**PROBLEM TO SOLVE**
Going through the data below, tally every line where the string "proposed" occurs, then give only the tally.

═══ DATASET EXTRACT

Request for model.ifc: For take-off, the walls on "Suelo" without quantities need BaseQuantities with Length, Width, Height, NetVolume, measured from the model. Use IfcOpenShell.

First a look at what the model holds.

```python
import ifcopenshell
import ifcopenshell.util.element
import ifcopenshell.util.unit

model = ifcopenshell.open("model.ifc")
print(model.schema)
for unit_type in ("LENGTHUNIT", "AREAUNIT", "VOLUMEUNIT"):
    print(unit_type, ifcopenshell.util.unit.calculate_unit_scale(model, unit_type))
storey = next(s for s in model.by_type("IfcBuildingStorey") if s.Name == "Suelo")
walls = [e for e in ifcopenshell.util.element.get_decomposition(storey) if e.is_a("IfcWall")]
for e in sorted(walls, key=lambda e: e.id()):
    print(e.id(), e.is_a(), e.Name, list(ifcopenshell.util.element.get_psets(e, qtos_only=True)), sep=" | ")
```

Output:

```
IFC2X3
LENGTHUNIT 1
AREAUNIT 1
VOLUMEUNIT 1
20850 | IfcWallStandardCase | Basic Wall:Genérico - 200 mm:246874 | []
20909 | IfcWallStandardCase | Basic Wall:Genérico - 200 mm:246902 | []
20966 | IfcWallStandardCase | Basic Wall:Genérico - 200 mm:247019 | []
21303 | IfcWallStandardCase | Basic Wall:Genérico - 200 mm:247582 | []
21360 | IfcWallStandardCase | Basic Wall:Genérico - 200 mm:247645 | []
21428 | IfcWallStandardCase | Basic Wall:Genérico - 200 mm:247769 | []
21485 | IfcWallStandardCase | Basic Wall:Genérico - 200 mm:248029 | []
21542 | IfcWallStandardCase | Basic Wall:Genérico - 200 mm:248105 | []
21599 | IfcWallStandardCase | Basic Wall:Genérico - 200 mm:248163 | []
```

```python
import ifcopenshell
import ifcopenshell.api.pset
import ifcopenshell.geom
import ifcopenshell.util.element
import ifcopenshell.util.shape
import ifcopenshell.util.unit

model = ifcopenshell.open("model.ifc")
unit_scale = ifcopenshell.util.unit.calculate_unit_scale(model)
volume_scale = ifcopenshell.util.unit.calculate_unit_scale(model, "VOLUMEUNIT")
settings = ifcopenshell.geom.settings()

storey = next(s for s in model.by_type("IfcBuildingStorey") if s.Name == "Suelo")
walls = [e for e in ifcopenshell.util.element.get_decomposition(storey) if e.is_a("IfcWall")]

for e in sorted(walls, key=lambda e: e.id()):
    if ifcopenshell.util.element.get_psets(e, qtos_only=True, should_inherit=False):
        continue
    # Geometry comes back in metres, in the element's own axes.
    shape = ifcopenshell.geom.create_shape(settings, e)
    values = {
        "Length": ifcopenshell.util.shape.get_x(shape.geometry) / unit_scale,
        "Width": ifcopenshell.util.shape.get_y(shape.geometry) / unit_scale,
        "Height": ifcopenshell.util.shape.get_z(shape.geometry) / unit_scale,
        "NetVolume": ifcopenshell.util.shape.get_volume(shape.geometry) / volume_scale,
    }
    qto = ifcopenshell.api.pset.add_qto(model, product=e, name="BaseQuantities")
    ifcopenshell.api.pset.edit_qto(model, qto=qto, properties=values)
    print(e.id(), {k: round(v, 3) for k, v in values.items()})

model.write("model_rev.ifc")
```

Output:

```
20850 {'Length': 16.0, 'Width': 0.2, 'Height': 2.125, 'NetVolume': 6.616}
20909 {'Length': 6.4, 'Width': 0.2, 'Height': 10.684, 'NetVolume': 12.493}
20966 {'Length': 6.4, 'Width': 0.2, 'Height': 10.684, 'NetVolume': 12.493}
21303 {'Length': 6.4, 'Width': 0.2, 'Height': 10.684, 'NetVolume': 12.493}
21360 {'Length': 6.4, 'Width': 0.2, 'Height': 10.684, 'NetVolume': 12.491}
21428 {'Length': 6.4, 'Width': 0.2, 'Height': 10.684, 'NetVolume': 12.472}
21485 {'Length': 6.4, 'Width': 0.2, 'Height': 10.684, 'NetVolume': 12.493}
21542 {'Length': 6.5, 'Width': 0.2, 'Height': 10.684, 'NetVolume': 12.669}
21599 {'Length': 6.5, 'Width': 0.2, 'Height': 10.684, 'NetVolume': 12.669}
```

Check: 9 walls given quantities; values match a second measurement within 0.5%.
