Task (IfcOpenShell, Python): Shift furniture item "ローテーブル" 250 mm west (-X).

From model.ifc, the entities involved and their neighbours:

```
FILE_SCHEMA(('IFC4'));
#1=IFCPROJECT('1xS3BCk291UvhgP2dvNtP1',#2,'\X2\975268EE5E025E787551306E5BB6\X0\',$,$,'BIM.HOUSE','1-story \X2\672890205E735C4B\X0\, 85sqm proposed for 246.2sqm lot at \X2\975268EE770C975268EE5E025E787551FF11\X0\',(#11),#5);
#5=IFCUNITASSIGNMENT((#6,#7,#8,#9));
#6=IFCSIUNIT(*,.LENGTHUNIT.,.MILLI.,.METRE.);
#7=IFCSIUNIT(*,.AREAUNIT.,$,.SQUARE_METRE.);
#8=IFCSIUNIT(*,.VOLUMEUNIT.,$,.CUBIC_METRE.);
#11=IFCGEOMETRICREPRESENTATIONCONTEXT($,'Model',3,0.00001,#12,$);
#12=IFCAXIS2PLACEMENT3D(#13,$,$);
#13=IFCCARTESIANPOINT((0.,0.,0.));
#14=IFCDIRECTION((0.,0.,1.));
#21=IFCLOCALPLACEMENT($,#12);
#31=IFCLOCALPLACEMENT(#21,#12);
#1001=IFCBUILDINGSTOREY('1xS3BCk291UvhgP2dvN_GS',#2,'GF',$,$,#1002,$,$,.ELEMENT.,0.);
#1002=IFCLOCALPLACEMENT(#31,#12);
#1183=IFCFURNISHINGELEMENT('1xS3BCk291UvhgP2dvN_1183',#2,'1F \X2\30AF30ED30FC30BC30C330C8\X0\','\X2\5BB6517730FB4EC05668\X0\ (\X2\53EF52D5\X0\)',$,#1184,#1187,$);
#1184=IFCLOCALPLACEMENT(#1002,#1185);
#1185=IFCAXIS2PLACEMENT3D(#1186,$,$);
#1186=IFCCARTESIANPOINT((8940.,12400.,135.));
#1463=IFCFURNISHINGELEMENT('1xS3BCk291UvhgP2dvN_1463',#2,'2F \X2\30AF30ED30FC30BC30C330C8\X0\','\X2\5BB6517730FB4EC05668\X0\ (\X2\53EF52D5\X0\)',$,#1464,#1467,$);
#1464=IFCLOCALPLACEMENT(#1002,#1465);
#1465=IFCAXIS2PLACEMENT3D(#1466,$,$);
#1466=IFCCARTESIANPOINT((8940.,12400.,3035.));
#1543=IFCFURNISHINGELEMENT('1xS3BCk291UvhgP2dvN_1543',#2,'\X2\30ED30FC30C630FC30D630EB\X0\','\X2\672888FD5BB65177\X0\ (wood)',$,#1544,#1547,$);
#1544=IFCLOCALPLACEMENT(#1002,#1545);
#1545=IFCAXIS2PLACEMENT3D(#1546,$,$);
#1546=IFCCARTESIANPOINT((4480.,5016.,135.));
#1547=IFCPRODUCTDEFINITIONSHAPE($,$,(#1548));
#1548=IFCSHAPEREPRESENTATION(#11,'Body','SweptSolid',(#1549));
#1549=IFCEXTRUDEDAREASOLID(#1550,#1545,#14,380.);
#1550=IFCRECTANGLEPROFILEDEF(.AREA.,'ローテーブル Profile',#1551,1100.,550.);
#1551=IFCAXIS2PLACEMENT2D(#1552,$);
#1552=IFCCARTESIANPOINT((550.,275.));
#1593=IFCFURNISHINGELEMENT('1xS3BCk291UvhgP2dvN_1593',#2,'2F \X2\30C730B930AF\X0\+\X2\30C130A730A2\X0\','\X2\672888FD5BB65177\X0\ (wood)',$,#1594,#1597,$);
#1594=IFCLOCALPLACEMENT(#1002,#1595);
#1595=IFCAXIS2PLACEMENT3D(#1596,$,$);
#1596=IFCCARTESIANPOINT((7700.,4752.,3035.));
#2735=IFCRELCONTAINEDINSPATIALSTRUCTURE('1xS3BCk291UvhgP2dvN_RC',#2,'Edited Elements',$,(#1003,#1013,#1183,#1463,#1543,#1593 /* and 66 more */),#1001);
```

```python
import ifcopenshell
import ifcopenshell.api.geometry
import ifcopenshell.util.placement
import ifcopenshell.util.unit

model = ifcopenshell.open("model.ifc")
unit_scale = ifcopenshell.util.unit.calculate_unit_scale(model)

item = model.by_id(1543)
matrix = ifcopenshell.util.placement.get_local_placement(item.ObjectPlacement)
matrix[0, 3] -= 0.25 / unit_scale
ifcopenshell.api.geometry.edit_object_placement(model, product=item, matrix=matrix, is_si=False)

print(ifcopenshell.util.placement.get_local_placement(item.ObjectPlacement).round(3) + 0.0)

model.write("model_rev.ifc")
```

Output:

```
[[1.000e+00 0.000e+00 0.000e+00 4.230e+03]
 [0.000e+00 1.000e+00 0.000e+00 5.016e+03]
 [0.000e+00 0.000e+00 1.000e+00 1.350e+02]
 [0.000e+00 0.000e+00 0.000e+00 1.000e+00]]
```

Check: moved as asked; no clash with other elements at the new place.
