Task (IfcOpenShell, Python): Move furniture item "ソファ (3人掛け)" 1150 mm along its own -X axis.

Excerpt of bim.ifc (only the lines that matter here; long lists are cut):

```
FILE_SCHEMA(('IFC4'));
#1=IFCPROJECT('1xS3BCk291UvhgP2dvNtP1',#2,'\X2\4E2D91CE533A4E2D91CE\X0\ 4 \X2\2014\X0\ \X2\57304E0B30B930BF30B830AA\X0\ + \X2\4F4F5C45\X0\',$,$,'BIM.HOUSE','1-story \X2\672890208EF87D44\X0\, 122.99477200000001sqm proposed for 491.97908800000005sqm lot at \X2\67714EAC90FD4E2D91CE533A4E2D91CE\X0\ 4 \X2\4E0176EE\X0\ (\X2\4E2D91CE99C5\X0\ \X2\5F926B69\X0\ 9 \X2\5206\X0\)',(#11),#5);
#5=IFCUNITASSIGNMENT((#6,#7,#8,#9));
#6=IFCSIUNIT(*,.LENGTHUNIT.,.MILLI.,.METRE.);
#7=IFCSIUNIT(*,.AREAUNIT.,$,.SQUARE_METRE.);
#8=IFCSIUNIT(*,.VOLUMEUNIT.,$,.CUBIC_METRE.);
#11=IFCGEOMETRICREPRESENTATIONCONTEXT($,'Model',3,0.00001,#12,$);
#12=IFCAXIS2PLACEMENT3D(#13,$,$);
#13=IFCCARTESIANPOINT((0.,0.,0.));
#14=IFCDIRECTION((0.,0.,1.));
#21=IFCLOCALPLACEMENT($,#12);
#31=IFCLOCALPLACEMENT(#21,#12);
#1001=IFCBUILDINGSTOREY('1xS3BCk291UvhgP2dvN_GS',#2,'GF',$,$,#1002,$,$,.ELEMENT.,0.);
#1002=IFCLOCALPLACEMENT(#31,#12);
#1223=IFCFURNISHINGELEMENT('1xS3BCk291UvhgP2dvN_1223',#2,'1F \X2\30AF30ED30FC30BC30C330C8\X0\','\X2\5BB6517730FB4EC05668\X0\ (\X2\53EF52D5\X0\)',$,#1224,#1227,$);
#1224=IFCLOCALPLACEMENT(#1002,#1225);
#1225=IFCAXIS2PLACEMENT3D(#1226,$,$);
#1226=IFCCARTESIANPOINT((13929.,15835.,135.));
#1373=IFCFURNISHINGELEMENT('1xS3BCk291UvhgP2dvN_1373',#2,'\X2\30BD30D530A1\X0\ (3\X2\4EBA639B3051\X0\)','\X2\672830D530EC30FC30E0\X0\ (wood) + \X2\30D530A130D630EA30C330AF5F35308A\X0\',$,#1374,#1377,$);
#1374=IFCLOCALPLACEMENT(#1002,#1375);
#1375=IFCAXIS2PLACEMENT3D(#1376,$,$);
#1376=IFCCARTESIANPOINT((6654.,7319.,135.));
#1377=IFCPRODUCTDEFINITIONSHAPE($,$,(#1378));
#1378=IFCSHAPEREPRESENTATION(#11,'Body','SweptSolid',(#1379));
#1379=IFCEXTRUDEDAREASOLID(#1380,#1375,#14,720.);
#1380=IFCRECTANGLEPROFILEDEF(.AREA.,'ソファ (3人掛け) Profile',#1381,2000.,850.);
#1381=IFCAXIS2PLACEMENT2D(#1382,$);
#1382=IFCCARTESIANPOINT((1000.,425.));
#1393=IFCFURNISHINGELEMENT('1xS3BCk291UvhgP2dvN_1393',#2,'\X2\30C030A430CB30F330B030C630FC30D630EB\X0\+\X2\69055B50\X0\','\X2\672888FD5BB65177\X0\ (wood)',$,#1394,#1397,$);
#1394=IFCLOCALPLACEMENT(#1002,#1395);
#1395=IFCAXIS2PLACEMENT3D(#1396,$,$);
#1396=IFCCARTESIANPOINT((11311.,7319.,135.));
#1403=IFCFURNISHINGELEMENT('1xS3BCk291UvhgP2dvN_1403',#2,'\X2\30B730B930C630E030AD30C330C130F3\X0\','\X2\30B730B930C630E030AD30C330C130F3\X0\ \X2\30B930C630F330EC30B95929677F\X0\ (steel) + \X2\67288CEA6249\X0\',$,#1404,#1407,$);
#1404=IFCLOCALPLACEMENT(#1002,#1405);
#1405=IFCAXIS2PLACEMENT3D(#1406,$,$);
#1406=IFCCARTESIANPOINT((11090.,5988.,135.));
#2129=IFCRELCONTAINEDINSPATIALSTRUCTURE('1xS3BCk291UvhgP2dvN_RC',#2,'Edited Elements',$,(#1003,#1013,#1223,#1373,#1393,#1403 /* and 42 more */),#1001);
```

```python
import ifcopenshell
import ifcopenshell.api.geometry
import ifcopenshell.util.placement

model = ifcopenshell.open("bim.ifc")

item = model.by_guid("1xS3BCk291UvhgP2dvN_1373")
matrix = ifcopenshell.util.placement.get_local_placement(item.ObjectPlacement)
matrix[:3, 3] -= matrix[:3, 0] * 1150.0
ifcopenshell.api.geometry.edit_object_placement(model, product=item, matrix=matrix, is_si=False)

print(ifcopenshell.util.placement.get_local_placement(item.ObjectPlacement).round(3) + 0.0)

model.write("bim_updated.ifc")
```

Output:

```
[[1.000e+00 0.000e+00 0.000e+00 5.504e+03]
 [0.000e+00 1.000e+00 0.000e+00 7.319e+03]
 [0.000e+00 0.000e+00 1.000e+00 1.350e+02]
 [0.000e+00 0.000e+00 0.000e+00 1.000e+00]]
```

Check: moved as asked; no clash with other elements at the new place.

══════

**ANSWER AREA**
2